**Entries shown**:
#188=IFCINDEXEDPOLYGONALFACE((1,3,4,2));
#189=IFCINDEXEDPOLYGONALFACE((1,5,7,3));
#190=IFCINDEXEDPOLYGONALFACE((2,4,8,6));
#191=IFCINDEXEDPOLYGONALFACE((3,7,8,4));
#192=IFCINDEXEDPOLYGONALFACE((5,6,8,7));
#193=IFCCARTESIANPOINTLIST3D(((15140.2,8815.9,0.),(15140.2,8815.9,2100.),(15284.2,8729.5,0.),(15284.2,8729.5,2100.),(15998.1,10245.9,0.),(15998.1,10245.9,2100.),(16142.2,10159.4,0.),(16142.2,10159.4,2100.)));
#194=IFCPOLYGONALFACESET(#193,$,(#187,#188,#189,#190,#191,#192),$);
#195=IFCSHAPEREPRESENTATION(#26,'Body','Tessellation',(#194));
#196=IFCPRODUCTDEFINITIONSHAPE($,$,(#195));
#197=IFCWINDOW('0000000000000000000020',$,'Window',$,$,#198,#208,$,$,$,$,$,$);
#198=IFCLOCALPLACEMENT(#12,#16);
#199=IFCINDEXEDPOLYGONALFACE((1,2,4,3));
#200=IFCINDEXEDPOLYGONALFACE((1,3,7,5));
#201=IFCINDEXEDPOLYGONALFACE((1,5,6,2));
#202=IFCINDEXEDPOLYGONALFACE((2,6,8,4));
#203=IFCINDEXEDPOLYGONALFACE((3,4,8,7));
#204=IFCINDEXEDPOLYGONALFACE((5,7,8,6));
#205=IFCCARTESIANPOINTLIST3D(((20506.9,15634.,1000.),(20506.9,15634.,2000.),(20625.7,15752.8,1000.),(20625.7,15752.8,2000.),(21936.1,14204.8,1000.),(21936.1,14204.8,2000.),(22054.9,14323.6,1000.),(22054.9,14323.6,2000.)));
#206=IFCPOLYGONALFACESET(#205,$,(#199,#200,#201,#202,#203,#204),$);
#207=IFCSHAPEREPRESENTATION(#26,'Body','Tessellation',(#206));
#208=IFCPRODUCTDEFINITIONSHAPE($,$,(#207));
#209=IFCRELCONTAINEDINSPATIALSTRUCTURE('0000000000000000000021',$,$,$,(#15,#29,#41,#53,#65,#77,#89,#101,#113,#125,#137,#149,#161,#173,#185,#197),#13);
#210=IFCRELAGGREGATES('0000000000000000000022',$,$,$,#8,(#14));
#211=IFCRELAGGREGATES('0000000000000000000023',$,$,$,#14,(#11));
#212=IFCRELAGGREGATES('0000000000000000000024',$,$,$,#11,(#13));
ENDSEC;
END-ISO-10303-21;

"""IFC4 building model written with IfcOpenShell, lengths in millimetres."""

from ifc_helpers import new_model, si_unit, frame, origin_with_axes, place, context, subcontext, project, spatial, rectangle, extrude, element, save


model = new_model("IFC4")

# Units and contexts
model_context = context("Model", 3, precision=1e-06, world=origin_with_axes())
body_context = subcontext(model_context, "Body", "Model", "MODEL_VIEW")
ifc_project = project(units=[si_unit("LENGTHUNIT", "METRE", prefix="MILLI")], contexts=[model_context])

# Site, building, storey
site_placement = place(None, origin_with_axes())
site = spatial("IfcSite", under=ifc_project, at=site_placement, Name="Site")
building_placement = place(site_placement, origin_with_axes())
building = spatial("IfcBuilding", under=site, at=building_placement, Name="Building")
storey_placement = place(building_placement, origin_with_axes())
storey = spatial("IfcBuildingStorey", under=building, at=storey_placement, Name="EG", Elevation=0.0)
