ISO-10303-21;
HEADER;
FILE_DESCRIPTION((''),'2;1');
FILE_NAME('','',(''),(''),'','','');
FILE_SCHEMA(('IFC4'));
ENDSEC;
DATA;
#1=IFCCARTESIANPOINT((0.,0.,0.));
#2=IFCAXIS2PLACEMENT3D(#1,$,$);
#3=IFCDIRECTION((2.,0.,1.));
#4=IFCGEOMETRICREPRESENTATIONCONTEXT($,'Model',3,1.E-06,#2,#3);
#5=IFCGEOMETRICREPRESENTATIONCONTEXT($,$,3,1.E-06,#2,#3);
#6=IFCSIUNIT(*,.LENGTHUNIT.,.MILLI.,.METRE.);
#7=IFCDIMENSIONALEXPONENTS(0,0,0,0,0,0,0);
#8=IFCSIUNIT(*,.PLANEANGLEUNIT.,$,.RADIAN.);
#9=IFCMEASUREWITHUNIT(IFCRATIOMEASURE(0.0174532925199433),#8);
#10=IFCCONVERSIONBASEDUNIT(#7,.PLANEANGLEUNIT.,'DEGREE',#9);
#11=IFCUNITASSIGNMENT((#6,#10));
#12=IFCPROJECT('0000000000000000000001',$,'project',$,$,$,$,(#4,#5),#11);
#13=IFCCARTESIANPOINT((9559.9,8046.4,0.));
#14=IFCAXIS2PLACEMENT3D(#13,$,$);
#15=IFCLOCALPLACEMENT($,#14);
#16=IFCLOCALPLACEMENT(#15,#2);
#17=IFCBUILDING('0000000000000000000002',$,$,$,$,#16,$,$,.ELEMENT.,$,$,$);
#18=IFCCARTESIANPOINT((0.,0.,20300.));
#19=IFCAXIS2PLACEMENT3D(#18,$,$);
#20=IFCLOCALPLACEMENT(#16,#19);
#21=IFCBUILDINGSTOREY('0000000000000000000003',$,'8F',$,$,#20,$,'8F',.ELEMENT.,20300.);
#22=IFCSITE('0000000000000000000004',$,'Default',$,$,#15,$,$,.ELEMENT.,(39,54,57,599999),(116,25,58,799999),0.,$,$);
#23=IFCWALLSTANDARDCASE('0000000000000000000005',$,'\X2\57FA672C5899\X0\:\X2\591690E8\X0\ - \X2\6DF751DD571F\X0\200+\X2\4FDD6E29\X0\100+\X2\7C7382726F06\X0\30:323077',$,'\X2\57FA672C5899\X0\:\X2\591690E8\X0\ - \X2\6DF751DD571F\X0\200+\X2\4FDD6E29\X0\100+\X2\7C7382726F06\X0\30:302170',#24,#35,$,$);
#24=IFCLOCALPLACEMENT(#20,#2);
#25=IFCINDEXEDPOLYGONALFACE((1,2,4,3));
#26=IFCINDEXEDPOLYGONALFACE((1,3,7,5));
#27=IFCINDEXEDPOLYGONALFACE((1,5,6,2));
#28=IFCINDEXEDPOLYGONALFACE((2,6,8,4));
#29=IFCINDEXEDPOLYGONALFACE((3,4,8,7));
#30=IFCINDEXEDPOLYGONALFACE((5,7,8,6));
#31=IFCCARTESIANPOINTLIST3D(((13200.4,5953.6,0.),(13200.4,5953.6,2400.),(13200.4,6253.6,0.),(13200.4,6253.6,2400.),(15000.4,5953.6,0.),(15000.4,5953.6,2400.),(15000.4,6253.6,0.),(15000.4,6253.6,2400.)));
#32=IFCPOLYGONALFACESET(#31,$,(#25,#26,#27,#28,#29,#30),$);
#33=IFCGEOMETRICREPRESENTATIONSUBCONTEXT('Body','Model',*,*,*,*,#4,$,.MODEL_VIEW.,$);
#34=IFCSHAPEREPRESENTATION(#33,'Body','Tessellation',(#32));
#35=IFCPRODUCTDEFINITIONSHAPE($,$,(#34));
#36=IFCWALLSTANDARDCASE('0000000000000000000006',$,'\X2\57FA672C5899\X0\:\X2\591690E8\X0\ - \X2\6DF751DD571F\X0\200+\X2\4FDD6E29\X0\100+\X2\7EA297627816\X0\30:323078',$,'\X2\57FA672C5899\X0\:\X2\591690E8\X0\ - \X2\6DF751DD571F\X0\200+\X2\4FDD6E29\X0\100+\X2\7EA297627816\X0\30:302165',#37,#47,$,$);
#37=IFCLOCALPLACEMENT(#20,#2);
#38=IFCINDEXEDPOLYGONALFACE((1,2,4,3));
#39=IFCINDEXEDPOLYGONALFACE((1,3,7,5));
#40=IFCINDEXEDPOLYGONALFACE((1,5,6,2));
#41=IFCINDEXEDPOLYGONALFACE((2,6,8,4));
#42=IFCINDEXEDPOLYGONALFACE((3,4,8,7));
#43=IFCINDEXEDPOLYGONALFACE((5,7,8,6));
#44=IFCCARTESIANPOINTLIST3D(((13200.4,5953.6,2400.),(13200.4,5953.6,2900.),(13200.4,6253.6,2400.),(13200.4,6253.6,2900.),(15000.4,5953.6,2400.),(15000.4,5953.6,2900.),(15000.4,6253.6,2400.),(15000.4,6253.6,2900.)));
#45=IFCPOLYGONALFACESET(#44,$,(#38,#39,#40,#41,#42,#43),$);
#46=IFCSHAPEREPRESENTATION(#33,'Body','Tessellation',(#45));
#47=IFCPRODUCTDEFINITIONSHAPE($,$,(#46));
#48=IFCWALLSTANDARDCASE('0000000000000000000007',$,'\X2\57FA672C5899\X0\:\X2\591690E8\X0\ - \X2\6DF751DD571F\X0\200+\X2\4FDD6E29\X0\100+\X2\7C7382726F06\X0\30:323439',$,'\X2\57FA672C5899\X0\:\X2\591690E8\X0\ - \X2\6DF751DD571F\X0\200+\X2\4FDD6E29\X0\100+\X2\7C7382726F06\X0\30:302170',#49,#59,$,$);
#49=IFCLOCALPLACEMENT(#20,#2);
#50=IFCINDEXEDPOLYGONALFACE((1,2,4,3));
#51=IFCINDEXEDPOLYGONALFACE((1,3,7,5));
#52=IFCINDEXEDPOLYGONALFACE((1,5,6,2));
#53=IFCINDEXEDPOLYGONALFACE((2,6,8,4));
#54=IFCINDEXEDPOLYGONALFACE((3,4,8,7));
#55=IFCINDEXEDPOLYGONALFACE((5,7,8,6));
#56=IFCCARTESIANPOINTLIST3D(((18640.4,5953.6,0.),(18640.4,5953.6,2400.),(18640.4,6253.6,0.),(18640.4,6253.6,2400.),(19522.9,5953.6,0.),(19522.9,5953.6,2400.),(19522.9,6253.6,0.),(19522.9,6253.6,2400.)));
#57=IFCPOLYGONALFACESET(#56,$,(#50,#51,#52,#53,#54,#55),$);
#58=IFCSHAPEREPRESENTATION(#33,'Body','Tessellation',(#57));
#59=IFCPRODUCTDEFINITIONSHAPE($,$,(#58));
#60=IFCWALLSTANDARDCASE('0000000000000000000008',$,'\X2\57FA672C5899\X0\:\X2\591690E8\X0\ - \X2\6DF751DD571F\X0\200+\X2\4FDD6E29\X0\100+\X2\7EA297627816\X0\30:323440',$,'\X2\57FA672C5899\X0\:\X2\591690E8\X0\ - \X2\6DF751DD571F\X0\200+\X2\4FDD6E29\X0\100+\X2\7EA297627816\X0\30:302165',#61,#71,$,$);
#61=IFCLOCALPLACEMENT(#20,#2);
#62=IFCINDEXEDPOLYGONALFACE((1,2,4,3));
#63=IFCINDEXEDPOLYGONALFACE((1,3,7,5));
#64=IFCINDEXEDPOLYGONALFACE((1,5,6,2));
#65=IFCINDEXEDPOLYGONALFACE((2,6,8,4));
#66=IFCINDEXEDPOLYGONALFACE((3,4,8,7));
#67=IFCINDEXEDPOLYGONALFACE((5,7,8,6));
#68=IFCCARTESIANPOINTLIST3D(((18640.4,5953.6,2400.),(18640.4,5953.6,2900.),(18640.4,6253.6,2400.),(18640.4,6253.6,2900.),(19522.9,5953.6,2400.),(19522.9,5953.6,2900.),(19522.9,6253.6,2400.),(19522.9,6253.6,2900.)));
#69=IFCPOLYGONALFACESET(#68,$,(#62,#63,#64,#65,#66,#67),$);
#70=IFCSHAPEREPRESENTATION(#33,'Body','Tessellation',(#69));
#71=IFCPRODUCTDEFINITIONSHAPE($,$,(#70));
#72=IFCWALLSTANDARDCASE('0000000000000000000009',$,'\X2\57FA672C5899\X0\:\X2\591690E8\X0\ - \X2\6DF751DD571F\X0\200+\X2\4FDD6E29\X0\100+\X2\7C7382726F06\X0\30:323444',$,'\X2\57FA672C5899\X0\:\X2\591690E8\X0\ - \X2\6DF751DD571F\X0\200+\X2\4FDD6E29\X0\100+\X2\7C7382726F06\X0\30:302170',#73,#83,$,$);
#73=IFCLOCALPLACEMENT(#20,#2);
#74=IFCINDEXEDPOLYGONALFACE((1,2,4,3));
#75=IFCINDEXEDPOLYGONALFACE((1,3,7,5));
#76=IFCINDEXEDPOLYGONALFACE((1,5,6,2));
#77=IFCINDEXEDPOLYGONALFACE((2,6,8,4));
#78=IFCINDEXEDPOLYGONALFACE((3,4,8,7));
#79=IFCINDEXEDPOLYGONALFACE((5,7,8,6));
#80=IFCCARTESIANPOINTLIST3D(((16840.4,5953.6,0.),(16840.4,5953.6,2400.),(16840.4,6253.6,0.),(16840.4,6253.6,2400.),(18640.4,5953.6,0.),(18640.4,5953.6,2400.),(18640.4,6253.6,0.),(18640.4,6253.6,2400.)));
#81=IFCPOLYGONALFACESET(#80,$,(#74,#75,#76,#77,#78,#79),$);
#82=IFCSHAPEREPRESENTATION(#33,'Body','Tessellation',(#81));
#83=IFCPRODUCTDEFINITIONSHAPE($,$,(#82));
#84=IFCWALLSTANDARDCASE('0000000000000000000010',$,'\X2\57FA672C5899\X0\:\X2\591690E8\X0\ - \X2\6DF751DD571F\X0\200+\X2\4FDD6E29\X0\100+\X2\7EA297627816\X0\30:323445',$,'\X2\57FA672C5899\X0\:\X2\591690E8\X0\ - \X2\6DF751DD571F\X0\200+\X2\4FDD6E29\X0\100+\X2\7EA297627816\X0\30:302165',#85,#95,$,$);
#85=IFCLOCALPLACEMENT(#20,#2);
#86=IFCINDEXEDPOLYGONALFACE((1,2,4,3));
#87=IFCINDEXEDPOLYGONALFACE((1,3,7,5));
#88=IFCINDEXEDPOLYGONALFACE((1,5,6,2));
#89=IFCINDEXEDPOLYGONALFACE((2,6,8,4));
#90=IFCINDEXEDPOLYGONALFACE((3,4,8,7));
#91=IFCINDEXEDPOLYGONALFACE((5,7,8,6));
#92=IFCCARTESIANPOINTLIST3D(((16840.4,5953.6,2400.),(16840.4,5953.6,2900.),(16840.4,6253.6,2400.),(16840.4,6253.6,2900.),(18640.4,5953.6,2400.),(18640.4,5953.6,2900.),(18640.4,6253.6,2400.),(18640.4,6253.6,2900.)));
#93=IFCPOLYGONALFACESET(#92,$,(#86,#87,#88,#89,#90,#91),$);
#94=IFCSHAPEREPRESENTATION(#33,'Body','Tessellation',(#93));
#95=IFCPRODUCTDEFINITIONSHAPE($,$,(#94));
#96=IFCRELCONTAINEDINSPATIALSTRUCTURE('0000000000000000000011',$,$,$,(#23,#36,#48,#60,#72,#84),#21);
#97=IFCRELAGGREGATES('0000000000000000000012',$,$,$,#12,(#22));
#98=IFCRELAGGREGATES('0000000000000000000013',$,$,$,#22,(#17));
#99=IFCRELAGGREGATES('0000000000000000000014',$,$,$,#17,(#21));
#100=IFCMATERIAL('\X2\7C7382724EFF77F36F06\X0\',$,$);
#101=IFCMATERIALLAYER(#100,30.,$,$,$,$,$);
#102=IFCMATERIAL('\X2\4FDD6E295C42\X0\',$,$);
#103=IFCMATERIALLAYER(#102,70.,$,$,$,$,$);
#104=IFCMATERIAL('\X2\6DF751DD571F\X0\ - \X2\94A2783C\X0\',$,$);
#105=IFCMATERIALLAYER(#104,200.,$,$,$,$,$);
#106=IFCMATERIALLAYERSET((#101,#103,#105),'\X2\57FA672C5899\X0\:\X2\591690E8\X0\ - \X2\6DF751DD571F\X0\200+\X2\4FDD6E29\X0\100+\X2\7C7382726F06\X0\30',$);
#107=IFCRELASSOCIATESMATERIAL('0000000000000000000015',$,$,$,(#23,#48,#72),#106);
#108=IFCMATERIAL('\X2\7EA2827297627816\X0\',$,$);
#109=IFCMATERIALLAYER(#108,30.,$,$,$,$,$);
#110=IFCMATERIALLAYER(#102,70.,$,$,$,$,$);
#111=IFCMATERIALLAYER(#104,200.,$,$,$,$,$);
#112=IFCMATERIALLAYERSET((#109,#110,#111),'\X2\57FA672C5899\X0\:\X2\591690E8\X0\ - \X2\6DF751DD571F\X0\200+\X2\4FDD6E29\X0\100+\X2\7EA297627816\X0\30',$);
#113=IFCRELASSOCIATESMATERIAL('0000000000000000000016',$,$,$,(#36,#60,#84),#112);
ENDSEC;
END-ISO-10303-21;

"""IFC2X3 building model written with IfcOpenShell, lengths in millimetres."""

from ifc_helpers import new_model, entity, si_unit, converted_unit, direction, frame, frame_2d, origin, place, context, subcontext, project, spatial, rectangle, extrude, material, layer, layer_set, layer_usage, element, save


model = new_model("IFC2X3")

# Units and contexts
model_context = context("Model", 3, precision=1e-06, world=origin(), true_north=direction((2.0, 0.0, 1.0)))
context_of_model = context(None, 3, precision=1e-06, world=origin(), true_north=direction((2.0, 0.0, 1.0)))
body_context = subcontext(model_context, "Body", "Model", "MODEL_VIEW")
ifc_project = project(units=[si_unit("LENGTHUNIT", "METRE", prefix="MILLI"), converted_unit("PLANEANGLEUNIT", "DEGREE", entity("IfcRatioMeasure", 0.0174532925199433), si_unit("PLANEANGLEUNIT", "RADIAN"), dimensions=[0, 0, 0, 0, 0, 0, 0])], contexts=[model_context, context_of_model])

# Site, building, storey
site_placement = place(None, frame((9559.9, 8046.4, 0.0)))
site = spatial("IfcSite", under=ifc_project, at=site_placement, Name="Default", CompositionType="ELEMENT", RefLatitude=(39, 54, 57, 599999), RefLongitude=(116, 25, 58, 799999), RefElevation=0.0)
building_placement = place(site_placement, origin())
building = spatial("IfcBuilding", under=site, at=building_placement, CompositionType="ELEMENT")
storey_placement = place(building_placement, frame((0.0, 0.0, 20300.0)))
storey = spatial("IfcBuildingStorey", under=building, at=storey_placement, Name="8F", LongName="8F", CompositionType="ELEMENT", Elevation=20300.0)

# Shared definitions
ifc_material_1 = material(Name="红色面砖")
ifc_layer_1 = layer(ifc_material_1, 30.0)
ifc_material_2 = material(Name="保温层")
ifc_layer_2 = layer(ifc_material_2, 70.0)
ifc_material_3 = material(Name="混凝土 - 钢砼")
ifc_layer_3 = layer(ifc_material_3, 200.0)
ifc_layer_set_1 = layer_set([ifc_layer_1, ifc_layer_2, ifc_layer_3], Name="基本墙:外部 - 混凝土200+保温100+红面砖30")

# Walls
ifc_material_4 = material(Name="米色仿石漆")
ifc_layer_4 = layer(ifc_material_4, 30.0)
ifc_layer_5 = layer(ifc_material_2, 70.0)
ifc_layer_6 = layer(ifc_material_3, 200.0)
ifc_layer_set_2 = layer_set([ifc_layer_4, ifc_layer_5, ifc_layer_6], Name="基本墙:外部 - 混凝土200+保温100+米色漆30")
ifc_layer_usage_1 = layer_usage(ifc_layer_set_2, "AXIS2", "POSITIVE", -150.0)
wall_1_placement = place(storey_placement, frame((15000.4, 6103.6, 0.0), z_axis=(0.0, 0.0, 1.0), x_axis=(-1.0, 0.0, 0.0)))
element("IfcWallStandardCase", 1, at=wall_1_placement, inside=storey, material=ifc_layer_usage_1, Name="基本墙:外部 - 混凝土200+保温100+米色漆30:323077", ObjectType="基本墙:外部 - 混凝土200+保温100+米色漆30:302170", context=body_context, shape_type="SweptSolid", body=[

**Task to complete**:
Give only a number, the count of lines above that include the string "IFCRELASSOCIATESMATERIAL".

**Output of the task**:
2